Mauricio Jaramillo, na Colômbia, no dia 14 de junho de 2017 afp_tickers

Há quase 40 anos na guerrilha Farc e como um de seus dirigentes máximos, Mauricio Jaramillo está convencido da paz na Colômbia e de que as armas já não são necessárias e tampouco “um fetiche” para os rebeldes.

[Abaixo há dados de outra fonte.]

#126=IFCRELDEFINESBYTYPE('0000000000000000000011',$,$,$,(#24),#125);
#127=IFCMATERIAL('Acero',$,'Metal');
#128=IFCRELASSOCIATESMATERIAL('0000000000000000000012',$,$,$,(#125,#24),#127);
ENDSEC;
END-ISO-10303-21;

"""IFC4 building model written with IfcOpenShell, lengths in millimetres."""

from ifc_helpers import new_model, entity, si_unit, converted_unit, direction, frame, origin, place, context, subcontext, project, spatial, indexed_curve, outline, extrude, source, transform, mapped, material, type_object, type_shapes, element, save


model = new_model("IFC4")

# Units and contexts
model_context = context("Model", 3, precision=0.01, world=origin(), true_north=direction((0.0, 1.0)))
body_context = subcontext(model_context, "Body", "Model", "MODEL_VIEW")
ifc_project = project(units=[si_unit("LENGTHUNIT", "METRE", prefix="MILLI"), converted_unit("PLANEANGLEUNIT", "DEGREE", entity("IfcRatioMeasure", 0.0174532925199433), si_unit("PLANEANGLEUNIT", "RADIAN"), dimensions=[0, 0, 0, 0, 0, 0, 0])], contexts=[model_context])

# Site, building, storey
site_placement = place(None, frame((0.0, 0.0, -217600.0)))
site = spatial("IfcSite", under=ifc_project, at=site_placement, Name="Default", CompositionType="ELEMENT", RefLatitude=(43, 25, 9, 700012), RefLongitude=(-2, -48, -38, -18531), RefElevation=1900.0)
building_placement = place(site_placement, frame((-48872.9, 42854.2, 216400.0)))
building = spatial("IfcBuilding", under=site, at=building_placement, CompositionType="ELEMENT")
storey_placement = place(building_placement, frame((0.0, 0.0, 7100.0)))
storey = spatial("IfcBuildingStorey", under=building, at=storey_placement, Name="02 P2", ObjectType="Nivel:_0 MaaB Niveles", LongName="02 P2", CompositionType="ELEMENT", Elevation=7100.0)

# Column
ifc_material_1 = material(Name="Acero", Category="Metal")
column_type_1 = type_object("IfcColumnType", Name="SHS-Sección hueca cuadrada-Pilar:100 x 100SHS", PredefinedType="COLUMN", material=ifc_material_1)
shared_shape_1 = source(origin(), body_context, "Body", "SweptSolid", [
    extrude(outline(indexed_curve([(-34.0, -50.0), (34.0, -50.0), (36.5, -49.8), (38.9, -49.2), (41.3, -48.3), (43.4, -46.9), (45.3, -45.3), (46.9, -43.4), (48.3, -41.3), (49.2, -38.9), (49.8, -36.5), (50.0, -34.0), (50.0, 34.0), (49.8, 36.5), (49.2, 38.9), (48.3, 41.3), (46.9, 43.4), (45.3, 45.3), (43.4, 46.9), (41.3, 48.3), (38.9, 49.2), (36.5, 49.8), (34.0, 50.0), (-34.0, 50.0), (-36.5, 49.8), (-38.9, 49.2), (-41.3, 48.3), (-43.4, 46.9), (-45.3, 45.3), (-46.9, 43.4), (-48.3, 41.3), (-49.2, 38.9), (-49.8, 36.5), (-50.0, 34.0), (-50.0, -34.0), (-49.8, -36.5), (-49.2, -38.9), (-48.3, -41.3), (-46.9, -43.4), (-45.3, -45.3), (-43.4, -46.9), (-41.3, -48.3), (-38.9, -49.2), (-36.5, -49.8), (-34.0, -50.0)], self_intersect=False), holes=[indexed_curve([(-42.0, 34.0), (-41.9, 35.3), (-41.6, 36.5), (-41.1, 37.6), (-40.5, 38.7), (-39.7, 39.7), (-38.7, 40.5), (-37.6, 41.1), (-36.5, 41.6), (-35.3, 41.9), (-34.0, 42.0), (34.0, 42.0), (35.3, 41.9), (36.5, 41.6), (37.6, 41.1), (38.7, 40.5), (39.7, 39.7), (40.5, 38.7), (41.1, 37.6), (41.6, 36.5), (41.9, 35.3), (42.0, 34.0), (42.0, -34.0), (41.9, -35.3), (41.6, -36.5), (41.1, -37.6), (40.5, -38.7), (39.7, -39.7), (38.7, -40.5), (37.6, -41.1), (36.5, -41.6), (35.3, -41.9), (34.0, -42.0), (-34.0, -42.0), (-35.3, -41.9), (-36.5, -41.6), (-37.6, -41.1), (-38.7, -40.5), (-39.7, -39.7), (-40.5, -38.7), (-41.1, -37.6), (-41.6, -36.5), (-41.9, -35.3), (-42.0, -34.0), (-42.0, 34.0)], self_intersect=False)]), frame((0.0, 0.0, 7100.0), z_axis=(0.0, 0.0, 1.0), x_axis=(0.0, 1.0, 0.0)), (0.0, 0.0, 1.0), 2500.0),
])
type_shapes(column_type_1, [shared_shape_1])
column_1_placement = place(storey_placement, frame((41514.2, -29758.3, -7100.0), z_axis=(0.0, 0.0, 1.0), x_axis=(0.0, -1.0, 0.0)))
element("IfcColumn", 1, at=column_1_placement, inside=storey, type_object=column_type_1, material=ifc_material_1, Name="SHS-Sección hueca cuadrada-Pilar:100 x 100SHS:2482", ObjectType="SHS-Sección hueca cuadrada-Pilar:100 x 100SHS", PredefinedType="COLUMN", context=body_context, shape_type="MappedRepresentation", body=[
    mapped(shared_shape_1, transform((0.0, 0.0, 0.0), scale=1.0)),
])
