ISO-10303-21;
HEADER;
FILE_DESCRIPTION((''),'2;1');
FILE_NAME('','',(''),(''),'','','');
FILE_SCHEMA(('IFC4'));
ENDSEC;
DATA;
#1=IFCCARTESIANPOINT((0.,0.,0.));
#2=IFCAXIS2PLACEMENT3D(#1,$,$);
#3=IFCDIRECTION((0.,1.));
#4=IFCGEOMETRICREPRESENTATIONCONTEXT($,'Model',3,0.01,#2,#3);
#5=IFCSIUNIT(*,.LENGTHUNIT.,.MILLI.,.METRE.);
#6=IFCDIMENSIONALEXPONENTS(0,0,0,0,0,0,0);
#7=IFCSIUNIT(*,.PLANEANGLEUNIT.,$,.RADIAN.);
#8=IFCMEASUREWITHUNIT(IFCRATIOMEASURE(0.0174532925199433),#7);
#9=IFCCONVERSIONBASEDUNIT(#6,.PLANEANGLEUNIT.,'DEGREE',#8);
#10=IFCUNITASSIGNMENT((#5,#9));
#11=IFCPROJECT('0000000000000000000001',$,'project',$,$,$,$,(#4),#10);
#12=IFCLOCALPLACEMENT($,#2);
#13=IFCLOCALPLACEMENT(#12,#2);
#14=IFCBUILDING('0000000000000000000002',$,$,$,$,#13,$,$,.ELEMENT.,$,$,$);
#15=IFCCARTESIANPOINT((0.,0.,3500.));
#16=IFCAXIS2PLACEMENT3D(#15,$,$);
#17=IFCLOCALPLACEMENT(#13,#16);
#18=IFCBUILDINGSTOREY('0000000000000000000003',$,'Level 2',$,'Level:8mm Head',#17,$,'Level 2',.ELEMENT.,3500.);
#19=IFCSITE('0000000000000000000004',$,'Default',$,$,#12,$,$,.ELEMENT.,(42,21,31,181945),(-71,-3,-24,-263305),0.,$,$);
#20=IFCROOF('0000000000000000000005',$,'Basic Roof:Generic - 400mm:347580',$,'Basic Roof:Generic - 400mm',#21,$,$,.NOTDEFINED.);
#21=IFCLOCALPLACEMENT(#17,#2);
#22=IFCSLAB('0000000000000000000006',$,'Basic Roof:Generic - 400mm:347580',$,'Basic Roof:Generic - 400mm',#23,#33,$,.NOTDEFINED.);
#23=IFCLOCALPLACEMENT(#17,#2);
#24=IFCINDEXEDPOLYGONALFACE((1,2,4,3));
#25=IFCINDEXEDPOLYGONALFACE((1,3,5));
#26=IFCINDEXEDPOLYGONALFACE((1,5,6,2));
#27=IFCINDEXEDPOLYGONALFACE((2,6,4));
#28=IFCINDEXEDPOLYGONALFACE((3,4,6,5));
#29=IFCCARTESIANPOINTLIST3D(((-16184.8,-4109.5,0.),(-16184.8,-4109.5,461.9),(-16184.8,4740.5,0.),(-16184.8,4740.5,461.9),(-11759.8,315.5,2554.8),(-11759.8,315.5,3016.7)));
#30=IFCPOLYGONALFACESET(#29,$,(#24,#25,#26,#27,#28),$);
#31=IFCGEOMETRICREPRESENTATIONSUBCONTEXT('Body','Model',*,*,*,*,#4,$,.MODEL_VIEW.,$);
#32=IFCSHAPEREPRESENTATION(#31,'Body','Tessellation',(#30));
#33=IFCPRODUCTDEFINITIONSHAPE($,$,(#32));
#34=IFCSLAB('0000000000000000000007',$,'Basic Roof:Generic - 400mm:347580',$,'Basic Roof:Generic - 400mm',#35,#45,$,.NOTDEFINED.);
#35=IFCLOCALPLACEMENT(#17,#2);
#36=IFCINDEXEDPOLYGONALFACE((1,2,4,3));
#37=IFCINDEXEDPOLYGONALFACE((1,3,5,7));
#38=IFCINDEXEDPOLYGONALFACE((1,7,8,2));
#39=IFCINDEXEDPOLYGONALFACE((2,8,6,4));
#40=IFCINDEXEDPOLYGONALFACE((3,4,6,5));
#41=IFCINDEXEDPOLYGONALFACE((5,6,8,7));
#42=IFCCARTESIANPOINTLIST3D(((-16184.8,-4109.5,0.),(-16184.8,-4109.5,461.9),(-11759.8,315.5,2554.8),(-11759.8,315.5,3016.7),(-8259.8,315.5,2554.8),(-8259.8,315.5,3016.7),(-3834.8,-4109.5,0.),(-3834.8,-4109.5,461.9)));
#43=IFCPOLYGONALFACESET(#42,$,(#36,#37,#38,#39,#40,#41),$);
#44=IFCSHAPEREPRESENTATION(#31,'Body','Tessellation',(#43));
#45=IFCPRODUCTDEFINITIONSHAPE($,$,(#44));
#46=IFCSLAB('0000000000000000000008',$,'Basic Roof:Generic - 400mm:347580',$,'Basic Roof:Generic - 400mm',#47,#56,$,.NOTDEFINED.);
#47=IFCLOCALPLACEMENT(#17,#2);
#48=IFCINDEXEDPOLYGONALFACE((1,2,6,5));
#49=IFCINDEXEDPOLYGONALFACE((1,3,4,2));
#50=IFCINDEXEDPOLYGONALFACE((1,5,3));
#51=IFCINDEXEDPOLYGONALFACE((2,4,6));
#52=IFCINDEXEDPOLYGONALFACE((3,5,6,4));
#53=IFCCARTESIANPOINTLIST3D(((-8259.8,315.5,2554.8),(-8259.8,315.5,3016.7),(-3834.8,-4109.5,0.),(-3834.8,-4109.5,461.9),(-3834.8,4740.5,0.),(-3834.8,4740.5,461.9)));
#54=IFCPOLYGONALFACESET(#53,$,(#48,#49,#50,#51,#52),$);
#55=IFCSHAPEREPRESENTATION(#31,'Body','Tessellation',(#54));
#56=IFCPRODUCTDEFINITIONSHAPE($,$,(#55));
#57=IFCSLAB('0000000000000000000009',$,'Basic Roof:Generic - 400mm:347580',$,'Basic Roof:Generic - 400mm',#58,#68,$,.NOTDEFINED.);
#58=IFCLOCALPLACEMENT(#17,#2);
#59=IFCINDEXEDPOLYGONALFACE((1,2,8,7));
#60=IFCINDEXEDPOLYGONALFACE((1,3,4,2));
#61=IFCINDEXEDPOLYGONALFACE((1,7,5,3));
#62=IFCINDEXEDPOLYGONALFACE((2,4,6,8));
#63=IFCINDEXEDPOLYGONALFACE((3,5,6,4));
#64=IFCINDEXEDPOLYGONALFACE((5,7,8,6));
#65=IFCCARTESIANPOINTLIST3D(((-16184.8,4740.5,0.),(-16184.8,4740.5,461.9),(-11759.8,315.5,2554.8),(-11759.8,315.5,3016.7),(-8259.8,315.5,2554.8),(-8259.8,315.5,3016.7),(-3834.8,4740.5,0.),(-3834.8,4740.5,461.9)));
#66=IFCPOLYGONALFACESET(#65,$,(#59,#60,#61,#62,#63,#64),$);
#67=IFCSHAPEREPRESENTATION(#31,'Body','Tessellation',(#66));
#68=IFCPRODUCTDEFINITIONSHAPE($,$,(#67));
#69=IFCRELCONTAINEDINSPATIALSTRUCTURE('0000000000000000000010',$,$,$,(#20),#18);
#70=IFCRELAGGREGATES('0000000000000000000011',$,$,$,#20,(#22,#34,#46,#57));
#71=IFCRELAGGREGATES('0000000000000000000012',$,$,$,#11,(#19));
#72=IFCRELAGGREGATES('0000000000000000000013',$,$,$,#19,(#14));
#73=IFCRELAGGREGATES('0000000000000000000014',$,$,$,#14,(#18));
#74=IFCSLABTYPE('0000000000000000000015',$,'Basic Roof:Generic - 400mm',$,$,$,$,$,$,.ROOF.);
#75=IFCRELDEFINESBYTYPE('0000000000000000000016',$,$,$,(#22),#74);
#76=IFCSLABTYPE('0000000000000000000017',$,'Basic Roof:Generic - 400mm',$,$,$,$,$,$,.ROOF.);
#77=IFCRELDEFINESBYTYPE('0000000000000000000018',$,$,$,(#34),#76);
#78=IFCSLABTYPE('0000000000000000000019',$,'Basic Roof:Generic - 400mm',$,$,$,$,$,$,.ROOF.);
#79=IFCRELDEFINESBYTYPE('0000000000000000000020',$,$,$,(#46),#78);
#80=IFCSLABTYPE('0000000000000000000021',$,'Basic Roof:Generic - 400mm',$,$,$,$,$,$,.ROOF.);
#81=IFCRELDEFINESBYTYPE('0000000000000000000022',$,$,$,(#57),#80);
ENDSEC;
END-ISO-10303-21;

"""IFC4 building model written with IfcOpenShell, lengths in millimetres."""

from ifc_helpers import new_model, entity, si_unit, converted_unit, direction, frame, origin, place, context, subcontext, project, spatial, polyline, outline, extrude, type_object, element, aggregate, save


model = new_model("IFC4")

# Units and contexts
model_context = context("Model", 3, precision=0.01, world=origin(), true_north=direction((0.0, 1.0)))
body_context = subcontext(model_context, "Body", "Model", "MODEL_VIEW")
ifc_project = project(units=[si_unit("LENGTHUNIT", "METRE", prefix="MILLI"), converted_unit("PLANEANGLEUNIT", "DEGREE", entity("IfcRatioMeasure", 0.0174532925199433), si_unit("PLANEANGLEUNIT", "RADIAN"), dimensions=[0, 0, 0, 0, 0, 0, 0])], contexts=[model_context])

# Site, building, storey
site_placement = place(None, origin())
site = spatial("IfcSite", under=ifc_project, at=site_placement, Name="Default", CompositionType="ELEMENT", RefLatitude=(42, 21, 31, 181945), RefLongitude=(-71, -3, -24, -263305), RefElevation=0.0)
building_placement = place(site_placement, origin())
building = spatial("IfcBuilding", under=site, at=building_placement, CompositionType="ELEMENT")
storey_placement = place(building_placement, frame((0.0, 0.0, 3500.0)))
storey = spatial("IfcBuildingStorey", under=building, at=storey_placement, Name="Level 2", ObjectType="Level:8mm Head", LongName="Level 2", CompositionType="ELEMENT", Elevation=3500.0)

# Roof, slabs
roof_placement = place(storey_placement, frame((-16184.8, -4109.5, 0.0)))
roof = element("IfcRoof", 1, at=roof_placement, inside=storey, Name="Basic Roof:Generic - 400mm:347580", ObjectType="Basic Roof:Generic - 400mm", PredefinedType="NOTDEFINED")
slab_type_1 = type_object("IfcSlabType", Name="Basic Roof:Generic - 400mm", PredefinedType="ROOF")
slab_1_placement = place(roof_placement, origin())
slab_1 = element("IfcSlab", 2, at=slab_1_placement, type_object=slab_type_1, Name="Basic Roof:Generic - 400mm:347580", ObjectType="Basic Roof:Generic - 400mm", PredefinedType="NOTDEFINED", context=body_context, shape_type="SweptSolid", body=[
    extrude(outline(polyline([(2554.8, 0.0), (-2554.8, 4425.0), (-2554.8, -4425.0), (2554.8, 0.0)])), frame((2212.5, 4425.0, 1277.4), z_axis=(-0.5, 0.0, 0.866025), x_axis=(0.866025, 0.0, 0.5)), (0.5, 0.0, 0.866025), 461.9),
])
slab_type_2 = type_object("IfcSlabType", Name="Basic Roof:Generic - 400mm", PredefinedType="ROOF")
slab_2_placement = place(roof_placement, origin())
slab_2 = element("IfcSlab", 3, at=slab_2_placement, type_object=slab_type_2, Name="Basic Roof:Generic - 400mm:347580", ObjectType="Basic Roof:Generic - 400mm", PredefinedType="NOTDEFINED", context=body_context, shape_type="SweptSolid", body=[
    extrude(outline(polyline([(-6175.0, -2554.8), (6175.0, -2554.8), (1750.0, 2554.8), (-1750.0, 2554.8), (-6175.0, -2554.8)])), frame((6175.0, 2212.5, 1277.4), z_axis=(0.0, -0.5, 0.866025), x_axis=(1.0, 0.0, 0.0)), (0.0, 0.5, 0.866025), 461.9),
])
slab_type_3 = type_object("IfcSlabType", Name="Basic Roof:Generic - 400mm", PredefinedType="ROOF")
slab_3_placement = place(roof_placement, origin())
slab_3 = element("IfcSlab", 4, at=slab_3_placement, type_object=slab_type_3, Name="Basic Roof:Generic - 400mm:347580", ObjectType="Basic Roof:Generic - 400mm", PredefinedType="NOTDEFINED", context=body_context, shape_type="SweptSolid", body=[
    extrude(outline(polyline([(2554.8, -4425.0), (2554.8, 4425.0), (-2554.8, 0.0), (2554.8, -4425.0)])), frame((10137.5, 4425.0, 1277.4), z_axis=(0.5, 0.0, 0.866025), x_axis=(0.866025, 0.0, -0.5)), (-0.5, 0.0, 0.866025), 461.9),
])
slab_type_4 = type_object("IfcSlabType", Name="Basic Roof:Generic - 400mm", PredefinedType="ROOF")
slab_4_placement = place(roof_placement, origin())
slab_4 = element("IfcSlab", 5, at=slab_4_placement, type_object=slab_type_4, Name="Basic Roof:Generic - 400mm:347580", ObjectType="Basic Roof:Generic - 400mm", PredefinedType="NOTDEFINED", context=body_context, shape_type="SweptSolid", body=[
    extrude(outline(polyline([(6175.0, 2554.8), (-6175.0, 2554.8), (-1750.0, -2554.8), (1750.0, -2554.8), (6175.0, 2554.8)])), frame((6175.0, 6637.5, 1277.4), z_axis=(0.0, 0.5, 0.866025), x_axis=(1.0, 0.0, 0.0)), (0.0, -0.5, 0.866025), 461.9),
])
aggregate(roof, [slab_1, slab_2, slab_3, slab_4])

save(model, "model.ifc")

Seu nome de batismo é Jaime Parra, mas na guerra o mudou em homenagem a um professor que teve nas Juventudes Comunistas. Por sua profissão também lhe chamam de “El médico” e é membro do Secretariado das Farc responsável pelos guerrilheiros presos e por sua libertação durante os acordos de paz.

Participou no início dos diálogos em Cuba, que fizeram com que saíssem “mais fios brancos” em sua cabeça do que já tem. Após quatro anos de negociações, assinaram a paz em novembro de 2016 com o governo de Juan Manuel Santos para acabar com mais de meio século de conflito.

Aos 62 anos, está na localidade de Colinas, departamento de Guaviare, à frente de uma das 26 zonas onde estão concentrados cerca de 7.000 guerrilheiros para cumprir o processo de deposição das armas – supervisionado pela ONU e que deve terminar na próxima semana – e voltar para a vida civil.

“As armas em si mesmas são um ferro […] agora tomamos uma decisão de caráter político e não precisamos delas”, disse em entrevista à AFP este comandante das Forças Armadas Revolucionárias da Colômbia (Farc).

Em Colina, um dos maiores e mais complicados pontos de concentração do país, em parte pela presença de dissidentes das Farc, insiste que a anista aos guerrilheiros está atrasada e disse que a cúpula das Farc vai “aceitar” e “assumir” as sentenças da justiça de transição.

– O que significa para vocês o processo de deposição das armas?

Quando tomamos essa decisão, foi fundamentalmente política. Nós sabemos para onde vamos, o que estamos fazendo, as armas em si são um ferro, nós não as vemos como um fetiche. Cumpriram uma função determinada em um tempo determinado, agora tomamos uma decisão de caráter político e não precisamos delas.

– Denunciaram que o processo de anistia a guerrilheiros está atrasado. Quantos receberam a anistia e quantos faltam?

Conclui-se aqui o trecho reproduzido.